Servicio de Salud de Castilla-La Mancha, Complejo Hospitalario Universitario de Albacete, Servicio de Salud Mental, 02004, Albacete, Spain.
Departmento de Sistemas Informáticos, Universidad de Castilla-La Mancha, 02071, Albacete, Spain.
Sci Rep. 2023 Apr 12;13(1):6007. doi: 10.1038/s41598-023-31277-5.

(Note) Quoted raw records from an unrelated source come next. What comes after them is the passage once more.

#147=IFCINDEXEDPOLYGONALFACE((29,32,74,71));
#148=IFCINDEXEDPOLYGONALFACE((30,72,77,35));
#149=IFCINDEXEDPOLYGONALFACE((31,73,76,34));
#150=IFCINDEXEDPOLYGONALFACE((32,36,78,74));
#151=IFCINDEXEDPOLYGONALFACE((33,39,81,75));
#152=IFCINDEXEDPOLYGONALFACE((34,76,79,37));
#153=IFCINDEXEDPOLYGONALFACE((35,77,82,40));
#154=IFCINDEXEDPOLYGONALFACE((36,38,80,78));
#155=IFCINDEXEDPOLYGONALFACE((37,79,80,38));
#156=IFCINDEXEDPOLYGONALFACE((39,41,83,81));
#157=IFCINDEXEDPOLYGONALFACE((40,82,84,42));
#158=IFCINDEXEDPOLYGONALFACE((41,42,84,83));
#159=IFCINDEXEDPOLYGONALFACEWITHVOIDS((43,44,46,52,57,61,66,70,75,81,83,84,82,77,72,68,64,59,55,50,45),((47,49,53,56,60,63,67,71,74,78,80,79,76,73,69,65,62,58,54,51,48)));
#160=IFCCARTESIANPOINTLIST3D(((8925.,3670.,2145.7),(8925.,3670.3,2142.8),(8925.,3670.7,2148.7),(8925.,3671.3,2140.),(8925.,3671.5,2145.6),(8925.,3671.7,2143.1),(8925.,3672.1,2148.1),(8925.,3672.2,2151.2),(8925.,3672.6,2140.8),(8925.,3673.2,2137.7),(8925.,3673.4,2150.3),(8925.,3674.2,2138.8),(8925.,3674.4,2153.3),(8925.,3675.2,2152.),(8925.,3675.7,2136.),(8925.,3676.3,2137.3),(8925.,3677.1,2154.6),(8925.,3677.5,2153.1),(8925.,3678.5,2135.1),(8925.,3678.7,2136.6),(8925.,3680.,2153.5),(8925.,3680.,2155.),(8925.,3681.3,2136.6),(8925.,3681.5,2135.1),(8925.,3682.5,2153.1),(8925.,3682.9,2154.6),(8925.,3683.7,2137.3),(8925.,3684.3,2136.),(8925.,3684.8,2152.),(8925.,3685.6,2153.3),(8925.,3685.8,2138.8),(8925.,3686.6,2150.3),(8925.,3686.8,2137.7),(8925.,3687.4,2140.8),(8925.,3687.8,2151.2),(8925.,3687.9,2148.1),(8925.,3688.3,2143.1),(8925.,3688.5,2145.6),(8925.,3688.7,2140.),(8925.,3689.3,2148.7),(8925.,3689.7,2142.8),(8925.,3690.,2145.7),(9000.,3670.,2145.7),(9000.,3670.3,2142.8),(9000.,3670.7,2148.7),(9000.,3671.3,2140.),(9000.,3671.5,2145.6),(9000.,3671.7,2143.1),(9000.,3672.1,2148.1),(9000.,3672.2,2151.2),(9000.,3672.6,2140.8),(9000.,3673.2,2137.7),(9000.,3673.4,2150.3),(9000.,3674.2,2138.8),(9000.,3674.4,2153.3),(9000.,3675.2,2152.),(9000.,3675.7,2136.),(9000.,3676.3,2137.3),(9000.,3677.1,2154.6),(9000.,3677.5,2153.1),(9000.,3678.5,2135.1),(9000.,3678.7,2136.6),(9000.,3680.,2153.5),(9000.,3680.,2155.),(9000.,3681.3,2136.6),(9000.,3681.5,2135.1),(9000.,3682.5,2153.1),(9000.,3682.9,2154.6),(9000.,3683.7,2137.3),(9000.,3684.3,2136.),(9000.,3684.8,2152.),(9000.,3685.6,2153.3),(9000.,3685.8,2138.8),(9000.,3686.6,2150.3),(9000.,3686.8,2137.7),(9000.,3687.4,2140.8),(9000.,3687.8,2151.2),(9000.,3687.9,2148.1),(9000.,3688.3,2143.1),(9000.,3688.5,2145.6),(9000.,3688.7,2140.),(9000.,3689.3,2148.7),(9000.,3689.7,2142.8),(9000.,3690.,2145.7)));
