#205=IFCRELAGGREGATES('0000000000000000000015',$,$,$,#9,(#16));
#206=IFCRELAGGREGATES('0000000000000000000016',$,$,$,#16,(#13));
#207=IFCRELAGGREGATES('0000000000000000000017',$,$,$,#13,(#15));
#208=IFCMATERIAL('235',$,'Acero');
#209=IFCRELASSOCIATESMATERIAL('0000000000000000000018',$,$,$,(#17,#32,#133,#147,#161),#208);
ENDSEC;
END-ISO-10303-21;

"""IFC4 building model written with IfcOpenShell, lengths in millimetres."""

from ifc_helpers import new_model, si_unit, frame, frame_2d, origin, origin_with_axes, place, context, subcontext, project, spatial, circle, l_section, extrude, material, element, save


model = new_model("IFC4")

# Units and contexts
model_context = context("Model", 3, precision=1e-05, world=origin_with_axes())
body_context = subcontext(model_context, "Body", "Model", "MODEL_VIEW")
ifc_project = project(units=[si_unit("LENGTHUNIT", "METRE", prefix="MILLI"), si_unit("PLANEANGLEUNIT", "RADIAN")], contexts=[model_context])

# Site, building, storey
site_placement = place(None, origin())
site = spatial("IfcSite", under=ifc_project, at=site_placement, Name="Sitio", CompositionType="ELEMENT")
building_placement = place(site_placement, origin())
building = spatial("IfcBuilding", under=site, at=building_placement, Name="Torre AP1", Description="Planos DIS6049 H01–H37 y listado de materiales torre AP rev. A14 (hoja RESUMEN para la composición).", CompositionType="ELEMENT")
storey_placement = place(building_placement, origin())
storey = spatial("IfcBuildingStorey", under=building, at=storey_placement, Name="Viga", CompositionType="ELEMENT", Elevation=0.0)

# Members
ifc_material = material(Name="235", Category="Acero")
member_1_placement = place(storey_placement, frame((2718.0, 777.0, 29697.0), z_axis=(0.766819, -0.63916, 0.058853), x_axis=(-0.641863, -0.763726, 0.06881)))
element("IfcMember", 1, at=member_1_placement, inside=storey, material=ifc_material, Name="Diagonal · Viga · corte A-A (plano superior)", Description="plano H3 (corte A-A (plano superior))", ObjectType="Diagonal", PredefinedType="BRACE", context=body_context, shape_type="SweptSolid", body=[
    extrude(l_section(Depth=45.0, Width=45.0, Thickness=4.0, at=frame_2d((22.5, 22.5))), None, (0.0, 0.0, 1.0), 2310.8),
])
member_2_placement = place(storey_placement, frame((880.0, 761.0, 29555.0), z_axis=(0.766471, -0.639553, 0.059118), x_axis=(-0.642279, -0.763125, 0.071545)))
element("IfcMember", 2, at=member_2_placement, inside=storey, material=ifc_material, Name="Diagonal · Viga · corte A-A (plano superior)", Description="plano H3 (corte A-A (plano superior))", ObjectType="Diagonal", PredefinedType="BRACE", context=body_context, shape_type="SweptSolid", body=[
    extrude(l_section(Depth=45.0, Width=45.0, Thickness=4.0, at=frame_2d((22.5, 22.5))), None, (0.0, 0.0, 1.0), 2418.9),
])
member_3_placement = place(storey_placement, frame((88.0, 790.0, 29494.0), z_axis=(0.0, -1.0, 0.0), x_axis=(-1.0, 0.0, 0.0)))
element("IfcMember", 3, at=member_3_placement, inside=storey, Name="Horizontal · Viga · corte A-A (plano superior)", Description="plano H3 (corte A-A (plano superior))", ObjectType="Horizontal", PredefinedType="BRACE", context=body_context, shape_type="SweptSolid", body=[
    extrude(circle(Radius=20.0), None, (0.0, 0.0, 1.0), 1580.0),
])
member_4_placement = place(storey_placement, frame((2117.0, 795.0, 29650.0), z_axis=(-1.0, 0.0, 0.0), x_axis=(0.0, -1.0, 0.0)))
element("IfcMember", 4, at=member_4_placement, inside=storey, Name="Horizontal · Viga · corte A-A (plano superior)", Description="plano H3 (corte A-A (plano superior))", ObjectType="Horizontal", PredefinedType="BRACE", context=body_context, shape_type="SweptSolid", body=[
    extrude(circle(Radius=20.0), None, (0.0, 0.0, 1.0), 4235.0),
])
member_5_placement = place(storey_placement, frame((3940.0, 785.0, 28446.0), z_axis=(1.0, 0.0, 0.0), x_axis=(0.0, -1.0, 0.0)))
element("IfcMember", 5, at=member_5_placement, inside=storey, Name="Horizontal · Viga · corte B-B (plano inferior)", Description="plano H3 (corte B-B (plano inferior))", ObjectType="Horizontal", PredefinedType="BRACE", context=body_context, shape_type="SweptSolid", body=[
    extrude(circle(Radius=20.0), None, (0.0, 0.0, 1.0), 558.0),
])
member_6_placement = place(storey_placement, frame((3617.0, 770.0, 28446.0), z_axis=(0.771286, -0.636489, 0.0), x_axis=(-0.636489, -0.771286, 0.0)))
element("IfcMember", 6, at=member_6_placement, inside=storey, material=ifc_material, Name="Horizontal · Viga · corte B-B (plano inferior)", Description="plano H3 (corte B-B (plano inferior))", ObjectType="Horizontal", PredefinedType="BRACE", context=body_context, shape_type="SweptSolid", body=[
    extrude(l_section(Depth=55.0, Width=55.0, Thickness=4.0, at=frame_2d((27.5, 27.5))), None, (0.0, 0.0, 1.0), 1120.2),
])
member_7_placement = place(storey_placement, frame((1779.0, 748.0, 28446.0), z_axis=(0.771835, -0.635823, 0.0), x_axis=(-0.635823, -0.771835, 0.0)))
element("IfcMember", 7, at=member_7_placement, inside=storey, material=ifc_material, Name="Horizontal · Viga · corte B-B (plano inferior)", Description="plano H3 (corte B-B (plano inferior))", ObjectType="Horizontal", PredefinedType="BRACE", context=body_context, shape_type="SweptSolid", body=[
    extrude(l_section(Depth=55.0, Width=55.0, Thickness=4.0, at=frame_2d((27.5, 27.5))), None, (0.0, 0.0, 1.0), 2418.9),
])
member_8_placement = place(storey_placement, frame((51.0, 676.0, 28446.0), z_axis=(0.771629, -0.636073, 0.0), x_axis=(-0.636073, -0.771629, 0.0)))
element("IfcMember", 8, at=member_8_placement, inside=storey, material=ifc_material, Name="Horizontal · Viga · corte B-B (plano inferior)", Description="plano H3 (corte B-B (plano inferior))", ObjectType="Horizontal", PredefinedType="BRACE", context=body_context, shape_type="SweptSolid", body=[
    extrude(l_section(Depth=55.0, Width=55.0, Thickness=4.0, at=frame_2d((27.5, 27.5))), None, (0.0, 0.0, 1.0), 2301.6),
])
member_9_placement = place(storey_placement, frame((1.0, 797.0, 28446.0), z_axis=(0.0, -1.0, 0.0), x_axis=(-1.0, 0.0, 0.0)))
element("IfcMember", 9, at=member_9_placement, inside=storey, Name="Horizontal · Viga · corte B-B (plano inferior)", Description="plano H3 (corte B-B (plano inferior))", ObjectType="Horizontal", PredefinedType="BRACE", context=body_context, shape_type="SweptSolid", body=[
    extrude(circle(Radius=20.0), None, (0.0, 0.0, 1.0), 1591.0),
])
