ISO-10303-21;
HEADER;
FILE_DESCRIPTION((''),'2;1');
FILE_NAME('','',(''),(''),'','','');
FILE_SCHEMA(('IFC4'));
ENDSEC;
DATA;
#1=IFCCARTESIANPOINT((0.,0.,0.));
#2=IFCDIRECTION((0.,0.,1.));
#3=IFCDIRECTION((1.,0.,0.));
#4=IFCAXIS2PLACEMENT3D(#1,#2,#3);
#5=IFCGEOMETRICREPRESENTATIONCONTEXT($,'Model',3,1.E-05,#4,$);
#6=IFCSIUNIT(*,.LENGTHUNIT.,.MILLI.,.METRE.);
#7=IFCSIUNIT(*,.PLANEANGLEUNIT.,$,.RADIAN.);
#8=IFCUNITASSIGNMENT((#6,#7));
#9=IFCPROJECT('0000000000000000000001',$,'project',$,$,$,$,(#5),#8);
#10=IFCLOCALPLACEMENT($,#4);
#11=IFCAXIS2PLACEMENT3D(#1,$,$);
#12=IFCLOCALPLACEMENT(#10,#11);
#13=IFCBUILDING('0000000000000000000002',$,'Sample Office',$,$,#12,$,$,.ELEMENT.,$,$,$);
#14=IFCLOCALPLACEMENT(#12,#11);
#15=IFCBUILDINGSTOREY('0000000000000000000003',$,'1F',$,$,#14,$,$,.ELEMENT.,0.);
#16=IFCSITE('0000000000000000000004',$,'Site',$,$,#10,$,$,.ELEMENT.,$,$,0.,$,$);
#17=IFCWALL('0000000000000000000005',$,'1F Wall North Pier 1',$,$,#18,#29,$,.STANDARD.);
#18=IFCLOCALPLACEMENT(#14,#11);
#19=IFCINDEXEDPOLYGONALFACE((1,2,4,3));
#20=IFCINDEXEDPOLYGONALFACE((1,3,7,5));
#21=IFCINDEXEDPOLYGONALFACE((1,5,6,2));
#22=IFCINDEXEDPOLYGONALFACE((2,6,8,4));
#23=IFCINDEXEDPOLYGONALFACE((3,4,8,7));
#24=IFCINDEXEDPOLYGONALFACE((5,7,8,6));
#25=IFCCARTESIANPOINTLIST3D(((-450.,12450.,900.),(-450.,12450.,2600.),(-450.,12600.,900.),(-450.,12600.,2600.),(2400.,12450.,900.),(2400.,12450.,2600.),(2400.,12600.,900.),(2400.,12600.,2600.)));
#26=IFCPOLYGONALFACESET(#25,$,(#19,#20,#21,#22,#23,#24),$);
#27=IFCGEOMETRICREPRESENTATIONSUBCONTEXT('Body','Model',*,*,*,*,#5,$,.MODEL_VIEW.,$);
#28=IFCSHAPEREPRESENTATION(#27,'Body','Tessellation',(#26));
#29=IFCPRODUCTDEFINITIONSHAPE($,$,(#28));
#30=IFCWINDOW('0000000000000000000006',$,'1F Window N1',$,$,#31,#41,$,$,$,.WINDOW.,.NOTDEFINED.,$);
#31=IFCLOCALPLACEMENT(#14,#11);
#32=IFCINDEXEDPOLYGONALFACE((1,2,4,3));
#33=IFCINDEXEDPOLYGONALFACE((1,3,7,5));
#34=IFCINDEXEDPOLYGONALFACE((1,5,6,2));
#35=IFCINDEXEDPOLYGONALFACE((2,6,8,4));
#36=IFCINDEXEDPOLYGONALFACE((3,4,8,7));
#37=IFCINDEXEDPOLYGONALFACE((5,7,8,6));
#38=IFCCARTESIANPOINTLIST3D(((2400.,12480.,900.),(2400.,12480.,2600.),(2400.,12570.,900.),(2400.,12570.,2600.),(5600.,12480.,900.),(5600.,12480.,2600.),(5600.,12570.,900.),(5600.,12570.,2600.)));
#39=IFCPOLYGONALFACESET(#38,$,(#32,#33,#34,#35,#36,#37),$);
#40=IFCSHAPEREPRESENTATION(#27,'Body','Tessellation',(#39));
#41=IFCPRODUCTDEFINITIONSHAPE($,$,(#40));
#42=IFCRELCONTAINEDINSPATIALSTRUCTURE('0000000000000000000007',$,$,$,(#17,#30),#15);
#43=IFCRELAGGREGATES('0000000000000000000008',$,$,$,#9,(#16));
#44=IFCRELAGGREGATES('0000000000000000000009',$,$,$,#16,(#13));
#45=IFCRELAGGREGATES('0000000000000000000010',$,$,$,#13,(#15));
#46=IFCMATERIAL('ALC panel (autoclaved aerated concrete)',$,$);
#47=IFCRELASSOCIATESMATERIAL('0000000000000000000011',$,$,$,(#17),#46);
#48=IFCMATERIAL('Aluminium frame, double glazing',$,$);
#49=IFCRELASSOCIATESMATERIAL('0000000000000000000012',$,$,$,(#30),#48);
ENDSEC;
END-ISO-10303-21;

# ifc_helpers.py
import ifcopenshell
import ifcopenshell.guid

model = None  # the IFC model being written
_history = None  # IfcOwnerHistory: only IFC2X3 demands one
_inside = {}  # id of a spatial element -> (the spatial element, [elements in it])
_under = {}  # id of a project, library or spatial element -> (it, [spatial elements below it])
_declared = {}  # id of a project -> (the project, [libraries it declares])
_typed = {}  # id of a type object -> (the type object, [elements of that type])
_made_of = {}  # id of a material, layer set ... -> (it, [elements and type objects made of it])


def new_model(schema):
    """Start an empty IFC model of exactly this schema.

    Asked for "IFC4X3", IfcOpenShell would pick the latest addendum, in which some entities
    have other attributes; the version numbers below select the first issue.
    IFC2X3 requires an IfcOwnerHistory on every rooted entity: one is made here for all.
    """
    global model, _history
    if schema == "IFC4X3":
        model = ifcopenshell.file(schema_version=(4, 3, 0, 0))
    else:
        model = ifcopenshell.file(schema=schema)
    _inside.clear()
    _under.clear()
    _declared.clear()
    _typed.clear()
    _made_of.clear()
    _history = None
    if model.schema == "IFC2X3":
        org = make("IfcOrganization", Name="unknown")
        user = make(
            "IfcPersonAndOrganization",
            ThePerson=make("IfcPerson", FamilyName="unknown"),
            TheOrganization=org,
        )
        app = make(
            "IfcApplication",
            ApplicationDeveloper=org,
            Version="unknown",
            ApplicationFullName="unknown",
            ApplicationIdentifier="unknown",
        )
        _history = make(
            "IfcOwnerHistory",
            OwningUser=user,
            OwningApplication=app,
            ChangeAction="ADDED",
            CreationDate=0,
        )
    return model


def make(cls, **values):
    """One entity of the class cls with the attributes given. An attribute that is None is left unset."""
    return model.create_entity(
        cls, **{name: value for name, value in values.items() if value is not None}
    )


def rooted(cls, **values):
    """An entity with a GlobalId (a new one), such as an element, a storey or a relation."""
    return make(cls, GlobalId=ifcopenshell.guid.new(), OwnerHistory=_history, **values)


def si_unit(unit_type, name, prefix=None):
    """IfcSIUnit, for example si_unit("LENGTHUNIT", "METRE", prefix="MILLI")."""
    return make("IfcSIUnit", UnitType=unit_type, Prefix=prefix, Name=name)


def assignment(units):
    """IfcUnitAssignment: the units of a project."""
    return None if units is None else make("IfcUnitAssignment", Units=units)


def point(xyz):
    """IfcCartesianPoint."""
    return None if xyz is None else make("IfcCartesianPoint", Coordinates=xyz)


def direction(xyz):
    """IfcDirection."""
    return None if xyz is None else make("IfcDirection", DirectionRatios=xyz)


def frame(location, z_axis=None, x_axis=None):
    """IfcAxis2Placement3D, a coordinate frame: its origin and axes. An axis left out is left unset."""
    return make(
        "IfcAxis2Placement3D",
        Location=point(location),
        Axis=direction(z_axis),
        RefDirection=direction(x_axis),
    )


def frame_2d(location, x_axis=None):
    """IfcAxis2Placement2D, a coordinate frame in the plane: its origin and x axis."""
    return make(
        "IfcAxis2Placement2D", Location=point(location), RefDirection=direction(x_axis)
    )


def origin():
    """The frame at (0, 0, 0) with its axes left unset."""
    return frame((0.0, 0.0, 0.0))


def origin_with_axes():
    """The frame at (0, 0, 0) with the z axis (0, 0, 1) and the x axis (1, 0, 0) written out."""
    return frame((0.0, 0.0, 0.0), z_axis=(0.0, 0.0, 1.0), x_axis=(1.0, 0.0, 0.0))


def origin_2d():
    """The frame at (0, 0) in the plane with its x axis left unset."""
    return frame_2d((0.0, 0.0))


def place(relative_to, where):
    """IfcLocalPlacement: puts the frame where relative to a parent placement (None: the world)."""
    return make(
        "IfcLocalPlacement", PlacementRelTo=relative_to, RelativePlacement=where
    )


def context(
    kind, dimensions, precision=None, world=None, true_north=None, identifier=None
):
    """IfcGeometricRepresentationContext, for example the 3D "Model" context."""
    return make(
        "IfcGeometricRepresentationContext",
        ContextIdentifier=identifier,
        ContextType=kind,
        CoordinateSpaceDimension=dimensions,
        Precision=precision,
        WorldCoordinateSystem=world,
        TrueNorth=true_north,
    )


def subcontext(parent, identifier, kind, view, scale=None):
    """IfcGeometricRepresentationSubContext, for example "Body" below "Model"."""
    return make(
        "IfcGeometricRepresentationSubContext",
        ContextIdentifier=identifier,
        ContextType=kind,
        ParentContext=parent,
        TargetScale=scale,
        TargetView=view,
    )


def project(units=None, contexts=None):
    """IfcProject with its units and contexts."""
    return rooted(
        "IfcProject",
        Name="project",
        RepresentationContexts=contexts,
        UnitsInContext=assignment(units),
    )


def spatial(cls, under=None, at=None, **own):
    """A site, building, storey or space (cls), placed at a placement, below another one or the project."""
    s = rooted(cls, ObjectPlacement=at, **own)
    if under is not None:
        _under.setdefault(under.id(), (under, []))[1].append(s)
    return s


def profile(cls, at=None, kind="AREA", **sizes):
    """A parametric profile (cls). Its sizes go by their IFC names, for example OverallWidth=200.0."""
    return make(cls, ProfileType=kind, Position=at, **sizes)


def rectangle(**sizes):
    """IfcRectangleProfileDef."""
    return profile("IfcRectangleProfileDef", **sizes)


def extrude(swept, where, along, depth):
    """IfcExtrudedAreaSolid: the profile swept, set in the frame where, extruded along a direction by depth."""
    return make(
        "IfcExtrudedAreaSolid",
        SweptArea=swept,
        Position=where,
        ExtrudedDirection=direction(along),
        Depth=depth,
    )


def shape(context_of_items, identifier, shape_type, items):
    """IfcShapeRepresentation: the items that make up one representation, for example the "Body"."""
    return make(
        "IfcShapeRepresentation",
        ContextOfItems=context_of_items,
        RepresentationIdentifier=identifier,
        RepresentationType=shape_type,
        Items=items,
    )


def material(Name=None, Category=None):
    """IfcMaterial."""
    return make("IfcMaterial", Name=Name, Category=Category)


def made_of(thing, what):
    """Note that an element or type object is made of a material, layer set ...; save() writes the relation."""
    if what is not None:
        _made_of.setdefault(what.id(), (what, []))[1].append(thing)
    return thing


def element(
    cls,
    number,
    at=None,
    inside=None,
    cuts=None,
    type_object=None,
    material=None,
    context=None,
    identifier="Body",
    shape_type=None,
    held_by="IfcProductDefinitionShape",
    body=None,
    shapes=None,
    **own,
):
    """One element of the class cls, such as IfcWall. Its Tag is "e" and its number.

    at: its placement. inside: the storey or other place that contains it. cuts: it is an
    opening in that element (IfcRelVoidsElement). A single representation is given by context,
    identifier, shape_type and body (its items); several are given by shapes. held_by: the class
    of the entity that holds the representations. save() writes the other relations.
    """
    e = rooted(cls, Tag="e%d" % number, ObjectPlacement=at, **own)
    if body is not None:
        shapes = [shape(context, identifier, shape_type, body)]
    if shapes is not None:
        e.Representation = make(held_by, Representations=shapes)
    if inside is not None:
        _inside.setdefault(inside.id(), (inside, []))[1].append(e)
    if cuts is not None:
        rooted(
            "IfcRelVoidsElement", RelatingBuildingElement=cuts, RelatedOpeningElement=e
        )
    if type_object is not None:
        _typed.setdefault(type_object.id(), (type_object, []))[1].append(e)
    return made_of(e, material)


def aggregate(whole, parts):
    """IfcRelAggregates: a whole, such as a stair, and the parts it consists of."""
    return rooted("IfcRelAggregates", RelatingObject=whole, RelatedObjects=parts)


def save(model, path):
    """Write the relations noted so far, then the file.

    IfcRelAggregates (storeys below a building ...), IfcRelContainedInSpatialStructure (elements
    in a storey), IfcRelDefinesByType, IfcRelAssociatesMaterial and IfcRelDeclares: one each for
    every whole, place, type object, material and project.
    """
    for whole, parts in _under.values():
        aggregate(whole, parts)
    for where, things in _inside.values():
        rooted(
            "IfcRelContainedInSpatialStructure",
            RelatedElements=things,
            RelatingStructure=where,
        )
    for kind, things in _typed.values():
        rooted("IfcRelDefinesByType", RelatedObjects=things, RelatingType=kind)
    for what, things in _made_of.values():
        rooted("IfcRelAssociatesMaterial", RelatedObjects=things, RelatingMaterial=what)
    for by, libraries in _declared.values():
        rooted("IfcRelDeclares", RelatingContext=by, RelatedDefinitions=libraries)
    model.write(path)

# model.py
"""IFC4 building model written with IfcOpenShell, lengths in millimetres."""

from ifc_helpers import new_model, si_unit, frame, origin, origin_with_axes, origin_2d, place, context, subcontext, project, spatial, rectangle, extrude, material, element, save


model = new_model("IFC4")

# Units and contexts
model_context = context("Model", 3, precision=1e-05, world=origin_with_axes())
body_context = subcontext(model_context, "Body", "Model", "MODEL_VIEW")
ifc_project = project(units=[si_unit("LENGTHUNIT", "METRE", prefix="MILLI"), si_unit("PLANEANGLEUNIT", "RADIAN")], contexts=[model_context])

# Site, building, storey
site_placement = place(None, origin_with_axes())
site = spatial("IfcSite", under=ifc_project, at=site_placement, Name="Site", CompositionType="ELEMENT", RefElevation=0.0)
building_placement = place(site_placement, origin())
building = spatial("IfcBuilding", under=site, at=building_placement, Name="Sample Office", CompositionType="ELEMENT")
storey_placement = place(building_placement, origin())
storey = spatial("IfcBuildingStorey", under=building, at=storey_placement, Name="1F", CompositionType="ELEMENT", Elevation=0.0)

# Wall
ifc_material_1 = material(Name="ALC panel (autoclaved aerated concrete)")
wall_1_placement = place(storey_placement, frame((975.0, 12525.0, 900.0)))
element("IfcWall", 1, at=wall_1_placement, inside=storey, material=ifc_material_1, Name="1F Wall North Pier 1", PredefinedType="STANDARD", context=body_context, shape_type="SweptSolid", body=[
    extrude(rectangle(XDim=2850.0, YDim=150.0, at=origin_2d()), origin(), (0.0, 0.0, 1.0), 1700.0),
])

# Window
ifc_material_2 = material(Name="Aluminium frame, double glazing")
window_placement = place(storey_placement, frame((4000.0, 12525.0, 900.0)))
element("IfcWindow", 2, at=window_placement, inside=storey, material=ifc_material_2, Name="1F Window N1", PartitioningType="NOTDEFINED", PredefinedType="WINDOW", context=body_context, shape_type="SweptSolid", body=[
    extrude(rectangle(XDim=3200.0, YDim=90.0, at=origin_2d()), origin(), (0.0, 0.0, 1.0), 1700.0),
])

save(model, "model.ifc")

The negative, mood-congruent cognitive bias described in depression, as well as excessive rumination, have been found to interfere with emotional processing. This study focuses on the assessment of facial recognition of emotions in patients with depression through a new set of dynamic virtual faces (DVFs). The sample consisted of 54 stable patients compared to 54 healthy controls. The experiment consisted in an emotion recognition task using non-immersive virtual reality (VR) with DVFs of six basic emotions and neutral expression. Patients with depression showed a worst performance in facial affect recognition compared to healthy controls. Age of onset was negatively correlated with emotion recognition and no correlation was observed for duration of illness or number of lifetime hospitalizations. There was no correlation for the depression group between emotion recognition and degree of psychopathology, excessive rumination, degree of functioning, or quality of life. Hence, it is important to improve and validate VR tools for emotion recognition to achieve greater methodological homogeneity of studies and to be able to establish more conclusive results.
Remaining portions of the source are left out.